[Supplied entries Boundary: Start]

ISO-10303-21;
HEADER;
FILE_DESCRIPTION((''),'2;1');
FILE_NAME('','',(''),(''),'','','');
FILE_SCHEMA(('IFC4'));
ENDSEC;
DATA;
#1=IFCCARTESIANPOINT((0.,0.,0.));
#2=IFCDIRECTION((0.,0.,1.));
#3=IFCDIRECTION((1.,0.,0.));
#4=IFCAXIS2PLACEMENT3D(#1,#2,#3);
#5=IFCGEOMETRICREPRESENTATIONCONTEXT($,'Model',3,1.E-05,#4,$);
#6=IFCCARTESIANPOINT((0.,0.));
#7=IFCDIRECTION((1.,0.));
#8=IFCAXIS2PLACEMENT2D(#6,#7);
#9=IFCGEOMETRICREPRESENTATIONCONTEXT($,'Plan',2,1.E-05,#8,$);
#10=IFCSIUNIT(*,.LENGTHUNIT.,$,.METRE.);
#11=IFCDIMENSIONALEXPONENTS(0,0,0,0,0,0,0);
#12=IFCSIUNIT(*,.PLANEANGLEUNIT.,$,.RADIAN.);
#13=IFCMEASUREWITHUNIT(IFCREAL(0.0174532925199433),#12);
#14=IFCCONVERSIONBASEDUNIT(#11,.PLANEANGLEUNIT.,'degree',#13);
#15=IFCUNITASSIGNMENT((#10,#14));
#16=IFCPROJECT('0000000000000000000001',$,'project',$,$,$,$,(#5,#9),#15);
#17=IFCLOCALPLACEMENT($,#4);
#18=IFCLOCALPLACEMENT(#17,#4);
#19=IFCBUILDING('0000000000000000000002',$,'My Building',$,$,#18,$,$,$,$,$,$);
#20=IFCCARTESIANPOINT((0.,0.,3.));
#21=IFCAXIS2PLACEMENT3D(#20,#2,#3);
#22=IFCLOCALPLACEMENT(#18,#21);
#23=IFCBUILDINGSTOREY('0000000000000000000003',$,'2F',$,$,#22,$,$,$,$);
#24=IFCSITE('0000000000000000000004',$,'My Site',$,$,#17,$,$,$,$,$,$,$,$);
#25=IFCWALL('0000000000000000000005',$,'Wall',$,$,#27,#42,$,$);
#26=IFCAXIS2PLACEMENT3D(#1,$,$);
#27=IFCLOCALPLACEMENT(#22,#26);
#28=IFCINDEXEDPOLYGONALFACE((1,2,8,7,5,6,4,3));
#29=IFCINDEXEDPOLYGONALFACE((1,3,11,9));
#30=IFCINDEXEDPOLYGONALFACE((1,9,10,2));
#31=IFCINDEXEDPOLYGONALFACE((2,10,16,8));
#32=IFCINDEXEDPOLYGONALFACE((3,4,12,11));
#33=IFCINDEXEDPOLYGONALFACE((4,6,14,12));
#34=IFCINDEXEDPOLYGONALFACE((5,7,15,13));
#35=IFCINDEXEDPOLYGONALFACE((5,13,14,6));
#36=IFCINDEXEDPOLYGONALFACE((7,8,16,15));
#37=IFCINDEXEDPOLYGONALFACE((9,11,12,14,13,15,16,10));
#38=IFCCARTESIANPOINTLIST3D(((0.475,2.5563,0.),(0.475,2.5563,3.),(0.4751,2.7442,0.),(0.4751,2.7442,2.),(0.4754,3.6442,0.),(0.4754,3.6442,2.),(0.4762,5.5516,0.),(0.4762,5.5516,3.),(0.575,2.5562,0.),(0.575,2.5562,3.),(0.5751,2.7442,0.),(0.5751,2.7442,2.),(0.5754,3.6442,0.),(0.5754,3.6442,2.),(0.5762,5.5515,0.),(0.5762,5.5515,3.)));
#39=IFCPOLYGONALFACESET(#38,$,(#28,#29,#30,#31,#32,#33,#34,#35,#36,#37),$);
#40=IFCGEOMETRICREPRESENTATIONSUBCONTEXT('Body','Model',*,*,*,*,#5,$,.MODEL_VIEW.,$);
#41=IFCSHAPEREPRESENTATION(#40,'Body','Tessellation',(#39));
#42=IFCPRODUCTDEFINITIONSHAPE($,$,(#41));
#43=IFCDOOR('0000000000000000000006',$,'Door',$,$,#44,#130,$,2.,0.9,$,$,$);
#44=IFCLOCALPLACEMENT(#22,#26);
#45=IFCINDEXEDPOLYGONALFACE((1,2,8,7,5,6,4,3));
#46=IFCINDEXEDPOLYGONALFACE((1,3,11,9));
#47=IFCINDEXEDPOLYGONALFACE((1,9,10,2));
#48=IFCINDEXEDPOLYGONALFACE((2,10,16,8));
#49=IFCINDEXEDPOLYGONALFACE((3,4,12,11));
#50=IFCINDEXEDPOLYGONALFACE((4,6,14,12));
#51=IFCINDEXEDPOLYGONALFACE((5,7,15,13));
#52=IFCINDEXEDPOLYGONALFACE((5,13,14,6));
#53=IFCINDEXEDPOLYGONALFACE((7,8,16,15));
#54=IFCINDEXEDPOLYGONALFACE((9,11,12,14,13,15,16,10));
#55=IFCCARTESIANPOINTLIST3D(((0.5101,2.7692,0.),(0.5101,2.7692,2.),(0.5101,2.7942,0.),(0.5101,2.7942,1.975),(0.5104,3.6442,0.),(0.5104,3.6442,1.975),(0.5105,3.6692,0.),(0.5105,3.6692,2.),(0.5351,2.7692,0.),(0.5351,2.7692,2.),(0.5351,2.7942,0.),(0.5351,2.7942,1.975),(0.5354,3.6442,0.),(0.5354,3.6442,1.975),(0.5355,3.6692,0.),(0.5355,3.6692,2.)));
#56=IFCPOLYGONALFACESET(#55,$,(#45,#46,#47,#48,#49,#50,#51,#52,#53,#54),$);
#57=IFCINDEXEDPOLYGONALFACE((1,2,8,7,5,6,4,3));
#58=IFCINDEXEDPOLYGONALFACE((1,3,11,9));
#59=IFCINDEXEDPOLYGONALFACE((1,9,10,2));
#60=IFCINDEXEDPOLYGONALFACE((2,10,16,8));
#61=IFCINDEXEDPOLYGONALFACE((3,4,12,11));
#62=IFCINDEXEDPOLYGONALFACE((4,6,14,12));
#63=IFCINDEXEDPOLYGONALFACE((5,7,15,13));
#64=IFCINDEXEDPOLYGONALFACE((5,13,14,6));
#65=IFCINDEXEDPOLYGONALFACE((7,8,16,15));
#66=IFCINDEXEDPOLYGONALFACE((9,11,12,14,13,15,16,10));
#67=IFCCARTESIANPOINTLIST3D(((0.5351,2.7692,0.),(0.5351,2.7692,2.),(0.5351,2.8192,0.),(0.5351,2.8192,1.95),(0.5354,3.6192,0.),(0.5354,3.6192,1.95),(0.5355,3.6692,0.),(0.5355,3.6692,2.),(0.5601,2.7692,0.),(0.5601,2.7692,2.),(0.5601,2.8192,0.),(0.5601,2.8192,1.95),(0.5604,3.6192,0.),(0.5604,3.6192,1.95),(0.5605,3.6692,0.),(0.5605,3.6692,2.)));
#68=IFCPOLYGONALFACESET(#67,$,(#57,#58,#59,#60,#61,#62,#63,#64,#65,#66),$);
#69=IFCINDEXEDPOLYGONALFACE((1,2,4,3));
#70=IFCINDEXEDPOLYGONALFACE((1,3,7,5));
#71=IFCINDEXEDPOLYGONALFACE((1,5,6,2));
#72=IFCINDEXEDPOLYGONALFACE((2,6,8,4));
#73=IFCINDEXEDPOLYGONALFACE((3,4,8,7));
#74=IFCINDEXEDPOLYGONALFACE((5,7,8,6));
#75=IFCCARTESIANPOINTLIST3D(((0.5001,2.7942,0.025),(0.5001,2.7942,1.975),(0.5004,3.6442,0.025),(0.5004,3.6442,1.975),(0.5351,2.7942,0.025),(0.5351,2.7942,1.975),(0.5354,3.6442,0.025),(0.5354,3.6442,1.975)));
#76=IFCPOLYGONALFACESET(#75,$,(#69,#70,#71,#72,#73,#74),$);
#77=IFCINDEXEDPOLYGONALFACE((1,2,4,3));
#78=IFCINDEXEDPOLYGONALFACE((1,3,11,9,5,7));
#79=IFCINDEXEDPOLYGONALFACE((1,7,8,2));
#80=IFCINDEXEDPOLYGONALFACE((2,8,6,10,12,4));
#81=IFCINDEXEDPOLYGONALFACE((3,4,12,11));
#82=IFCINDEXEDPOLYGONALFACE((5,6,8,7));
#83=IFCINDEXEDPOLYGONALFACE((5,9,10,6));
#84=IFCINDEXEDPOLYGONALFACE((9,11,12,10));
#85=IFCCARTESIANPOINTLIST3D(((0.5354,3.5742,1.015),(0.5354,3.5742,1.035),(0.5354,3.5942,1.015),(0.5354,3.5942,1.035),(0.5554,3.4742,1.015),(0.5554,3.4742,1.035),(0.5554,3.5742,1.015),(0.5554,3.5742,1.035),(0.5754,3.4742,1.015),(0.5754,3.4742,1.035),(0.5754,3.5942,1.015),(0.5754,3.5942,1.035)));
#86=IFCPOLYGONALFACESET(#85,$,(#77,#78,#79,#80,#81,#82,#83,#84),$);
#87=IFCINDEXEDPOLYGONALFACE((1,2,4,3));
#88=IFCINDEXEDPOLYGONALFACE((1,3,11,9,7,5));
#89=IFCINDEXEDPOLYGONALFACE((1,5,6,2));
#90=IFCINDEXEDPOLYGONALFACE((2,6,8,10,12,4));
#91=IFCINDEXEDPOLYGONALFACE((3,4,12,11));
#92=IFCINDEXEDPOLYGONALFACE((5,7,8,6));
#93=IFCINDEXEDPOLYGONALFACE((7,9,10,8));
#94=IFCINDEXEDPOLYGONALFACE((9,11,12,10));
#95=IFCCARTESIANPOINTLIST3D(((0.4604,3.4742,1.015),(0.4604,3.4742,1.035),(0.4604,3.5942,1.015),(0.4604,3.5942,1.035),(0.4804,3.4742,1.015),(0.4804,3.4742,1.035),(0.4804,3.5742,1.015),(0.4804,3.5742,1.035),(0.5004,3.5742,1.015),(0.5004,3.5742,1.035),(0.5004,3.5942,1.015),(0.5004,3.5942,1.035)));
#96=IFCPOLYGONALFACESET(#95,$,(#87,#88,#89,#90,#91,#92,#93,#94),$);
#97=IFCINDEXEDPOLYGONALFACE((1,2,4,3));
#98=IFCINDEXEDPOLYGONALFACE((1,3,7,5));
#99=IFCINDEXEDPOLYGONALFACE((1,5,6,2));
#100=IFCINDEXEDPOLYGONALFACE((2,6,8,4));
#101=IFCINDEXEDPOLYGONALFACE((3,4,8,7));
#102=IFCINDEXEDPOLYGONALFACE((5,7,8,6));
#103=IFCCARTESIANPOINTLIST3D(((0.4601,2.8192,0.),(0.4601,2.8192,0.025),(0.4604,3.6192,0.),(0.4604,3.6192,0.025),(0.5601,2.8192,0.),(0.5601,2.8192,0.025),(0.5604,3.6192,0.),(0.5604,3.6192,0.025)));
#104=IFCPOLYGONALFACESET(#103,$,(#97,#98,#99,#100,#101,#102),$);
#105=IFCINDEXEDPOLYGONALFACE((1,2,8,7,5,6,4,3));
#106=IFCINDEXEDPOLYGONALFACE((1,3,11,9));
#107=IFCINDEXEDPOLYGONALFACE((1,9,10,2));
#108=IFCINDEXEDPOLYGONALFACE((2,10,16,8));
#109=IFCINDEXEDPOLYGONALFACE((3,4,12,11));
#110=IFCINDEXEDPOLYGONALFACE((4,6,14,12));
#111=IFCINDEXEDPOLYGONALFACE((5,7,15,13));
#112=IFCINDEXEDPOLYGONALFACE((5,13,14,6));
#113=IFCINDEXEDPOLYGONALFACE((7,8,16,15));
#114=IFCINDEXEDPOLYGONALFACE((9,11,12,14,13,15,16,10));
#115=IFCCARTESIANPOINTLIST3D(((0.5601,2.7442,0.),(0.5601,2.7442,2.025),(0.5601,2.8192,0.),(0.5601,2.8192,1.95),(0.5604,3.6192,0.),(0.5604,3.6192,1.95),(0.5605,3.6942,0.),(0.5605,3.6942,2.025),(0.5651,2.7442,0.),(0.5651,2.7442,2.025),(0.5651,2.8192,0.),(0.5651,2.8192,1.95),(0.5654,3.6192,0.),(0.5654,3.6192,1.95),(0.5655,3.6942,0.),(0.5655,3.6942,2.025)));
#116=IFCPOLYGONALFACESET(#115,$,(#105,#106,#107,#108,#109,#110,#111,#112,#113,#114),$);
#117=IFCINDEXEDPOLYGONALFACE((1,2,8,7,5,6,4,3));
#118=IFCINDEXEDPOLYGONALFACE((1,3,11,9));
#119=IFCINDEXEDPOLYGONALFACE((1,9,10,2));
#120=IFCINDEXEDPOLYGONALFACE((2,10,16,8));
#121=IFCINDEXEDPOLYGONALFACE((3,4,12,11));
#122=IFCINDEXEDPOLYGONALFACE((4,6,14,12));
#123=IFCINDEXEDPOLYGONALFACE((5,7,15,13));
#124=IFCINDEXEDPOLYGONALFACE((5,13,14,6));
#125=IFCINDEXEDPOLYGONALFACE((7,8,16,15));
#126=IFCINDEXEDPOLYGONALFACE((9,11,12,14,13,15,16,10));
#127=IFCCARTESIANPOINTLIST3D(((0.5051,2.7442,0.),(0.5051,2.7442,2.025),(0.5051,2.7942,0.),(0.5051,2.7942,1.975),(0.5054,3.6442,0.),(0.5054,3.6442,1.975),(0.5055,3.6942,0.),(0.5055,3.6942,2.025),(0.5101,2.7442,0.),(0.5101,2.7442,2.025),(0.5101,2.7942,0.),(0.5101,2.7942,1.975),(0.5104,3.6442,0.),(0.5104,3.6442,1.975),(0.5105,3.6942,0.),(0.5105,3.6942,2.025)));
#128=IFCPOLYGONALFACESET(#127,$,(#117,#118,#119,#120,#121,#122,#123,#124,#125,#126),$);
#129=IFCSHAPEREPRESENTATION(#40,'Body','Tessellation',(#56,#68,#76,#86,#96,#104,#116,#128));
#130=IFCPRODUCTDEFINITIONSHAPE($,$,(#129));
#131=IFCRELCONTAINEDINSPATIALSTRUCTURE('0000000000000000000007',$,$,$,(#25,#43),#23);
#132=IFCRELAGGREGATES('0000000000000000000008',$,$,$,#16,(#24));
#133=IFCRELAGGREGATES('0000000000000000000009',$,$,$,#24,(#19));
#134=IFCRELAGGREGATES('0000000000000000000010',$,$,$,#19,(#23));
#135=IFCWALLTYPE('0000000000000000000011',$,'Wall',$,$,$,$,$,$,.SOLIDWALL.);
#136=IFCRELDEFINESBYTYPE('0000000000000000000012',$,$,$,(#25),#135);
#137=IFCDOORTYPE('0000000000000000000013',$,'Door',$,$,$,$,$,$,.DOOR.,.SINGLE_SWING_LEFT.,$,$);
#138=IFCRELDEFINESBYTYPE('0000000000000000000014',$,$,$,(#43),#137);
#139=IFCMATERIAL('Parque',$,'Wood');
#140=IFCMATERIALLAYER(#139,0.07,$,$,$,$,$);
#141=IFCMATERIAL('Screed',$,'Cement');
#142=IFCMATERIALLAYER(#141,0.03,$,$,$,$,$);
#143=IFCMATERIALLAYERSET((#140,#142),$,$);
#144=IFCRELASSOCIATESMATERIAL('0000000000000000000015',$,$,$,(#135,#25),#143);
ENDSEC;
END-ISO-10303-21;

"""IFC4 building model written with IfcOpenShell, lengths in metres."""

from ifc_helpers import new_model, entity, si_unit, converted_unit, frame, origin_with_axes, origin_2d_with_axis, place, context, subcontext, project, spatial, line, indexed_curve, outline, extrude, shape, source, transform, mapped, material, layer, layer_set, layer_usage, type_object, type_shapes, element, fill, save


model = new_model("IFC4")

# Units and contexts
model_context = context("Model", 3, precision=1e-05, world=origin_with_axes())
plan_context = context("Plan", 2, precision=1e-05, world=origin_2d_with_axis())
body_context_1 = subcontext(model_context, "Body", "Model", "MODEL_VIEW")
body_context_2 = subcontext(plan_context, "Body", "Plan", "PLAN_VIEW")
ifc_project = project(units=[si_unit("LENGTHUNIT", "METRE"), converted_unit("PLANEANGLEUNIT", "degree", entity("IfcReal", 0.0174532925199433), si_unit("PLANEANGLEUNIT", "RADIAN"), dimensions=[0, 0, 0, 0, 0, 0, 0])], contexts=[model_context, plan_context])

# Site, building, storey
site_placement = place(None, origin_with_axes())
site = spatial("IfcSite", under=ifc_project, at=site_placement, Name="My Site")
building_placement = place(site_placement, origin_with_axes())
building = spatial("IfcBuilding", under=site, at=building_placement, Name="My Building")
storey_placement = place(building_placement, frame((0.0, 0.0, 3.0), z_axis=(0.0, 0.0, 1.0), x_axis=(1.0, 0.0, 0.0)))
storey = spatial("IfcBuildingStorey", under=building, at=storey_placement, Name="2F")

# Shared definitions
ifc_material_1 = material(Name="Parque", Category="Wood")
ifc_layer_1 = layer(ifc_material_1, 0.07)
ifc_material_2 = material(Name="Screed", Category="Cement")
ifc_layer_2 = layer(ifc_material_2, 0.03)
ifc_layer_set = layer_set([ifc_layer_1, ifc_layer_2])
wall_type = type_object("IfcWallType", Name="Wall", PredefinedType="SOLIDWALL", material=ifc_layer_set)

[Supplied entries Boundary: End]

Exercise details: Reproduce only the lines above, starting at the line with "#7=IFCDIRECTION((1.,0.));" and ending at the line with "#49=IFCINDEXEDPOLYGONALFACE((3,4,12,11));", exactly as written.

Result:
#7=IFCDIRECTION((1.,0.));
#8=IFCAXIS2PLACEMENT2D(#6,#7);
#9=IFCGEOMETRICREPRESENTATIONCONTEXT($,'Plan',2,1.E-05,#8,$);
#10=IFCSIUNIT(*,.LENGTHUNIT.,$,.METRE.);
#11=IFCDIMENSIONALEXPONENTS(0,0,0,0,0,0,0);
#12=IFCSIUNIT(*,.PLANEANGLEUNIT.,$,.RADIAN.);
#13=IFCMEASUREWITHUNIT(IFCREAL(0.0174532925199433),#12);
#14=IFCCONVERSIONBASEDUNIT(#11,.PLANEANGLEUNIT.,'degree',#13);
#15=IFCUNITASSIGNMENT((#10,#14));
#16=IFCPROJECT('0000000000000000000001',$,'project',$,$,$,$,(#5,#9),#15);
#17=IFCLOCALPLACEMENT($,#4);
#18=IFCLOCALPLACEMENT(#17,#4);
#19=IFCBUILDING('0000000000000000000002',$,'My Building',$,$,#18,$,$,$,$,$,$);
#20=IFCCARTESIANPOINT((0.,0.,3.));
#21=IFCAXIS2PLACEMENT3D(#20,#2,#3);
#22=IFCLOCALPLACEMENT(#18,#21);
#23=IFCBUILDINGSTOREY('0000000000000000000003',$,'2F',$,$,#22,$,$,$,$);
#24=IFCSITE('0000000000000000000004',$,'My Site',$,$,#17,$,$,$,$,$,$,$,$);
#25=IFCWALL('0000000000000000000005',$,'Wall',$,$,#27,#42,$,$);
#26=IFCAXIS2PLACEMENT3D(#1,$,$);
#27=IFCLOCALPLACEMENT(#22,#26);
#28=IFCINDEXEDPOLYGONALFACE((1,2,8,7,5,6,4,3));
#29=IFCINDEXEDPOLYGONALFACE((1,3,11,9));
#30=IFCINDEXEDPOLYGONALFACE((1,9,10,2));
#31=IFCINDEXEDPOLYGONALFACE((2,10,16,8));
#32=IFCINDEXEDPOLYGONALFACE((3,4,12,11));
#33=IFCINDEXEDPOLYGONALFACE((4,6,14,12));
#34=IFCINDEXEDPOLYGONALFACE((5,7,15,13));
#35=IFCINDEXEDPOLYGONALFACE((5,13,14,6));
#36=IFCINDEXEDPOLYGONALFACE((7,8,16,15));
#37=IFCINDEXEDPOLYGONALFACE((9,11,12,14,13,15,16,10));
#38=IFCCARTESIANPOINTLIST3D(((0.475,2.5563,0.),(0.475,2.5563,3.),(0.4751,2.7442,0.),(0.4751,2.7442,2.),(0.4754,3.6442,0.),(0.4754,3.6442,2.),(0.4762,5.5516,0.),(0.4762,5.5516,3.),(0.575,2.5562,0.),(0.575,2.5562,3.),(0.5751,2.7442,0.),(0.5751,2.7442,2.),(0.5754,3.6442,0.),(0.5754,3.6442,2.),(0.5762,5.5515,0.),(0.5762,5.5515,3.)));
#39=IFCPOLYGONALFACESET(#38,$,(#28,#29,#30,#31,#32,#33,#34,#35,#36,#37),$);
#40=IFCGEOMETRICREPRESENTATIONSUBCONTEXT('Body','Model',*,*,*,*,#5,$,.MODEL_VIEW.,$);
#41=IFCSHAPEREPRESENTATION(#40,'Body','Tessellation',(#39));
#42=IFCPRODUCTDEFINITIONSHAPE($,$,(#41));
#43=IFCDOOR('0000000000000000000006',$,'Door',$,$,#44,#130,$,2.,0.9,$,$,$);
#44=IFCLOCALPLACEMENT(#22,#26);
#45=IFCINDEXEDPOLYGONALFACE((1,2,8,7,5,6,4,3));
#46=IFCINDEXEDPOLYGONALFACE((1,3,11,9));
#47=IFCINDEXEDPOLYGONALFACE((1,9,10,2));
#48=IFCINDEXEDPOLYGONALFACE((2,10,16,8));
#49=IFCINDEXEDPOLYGONALFACE((3,4,12,11));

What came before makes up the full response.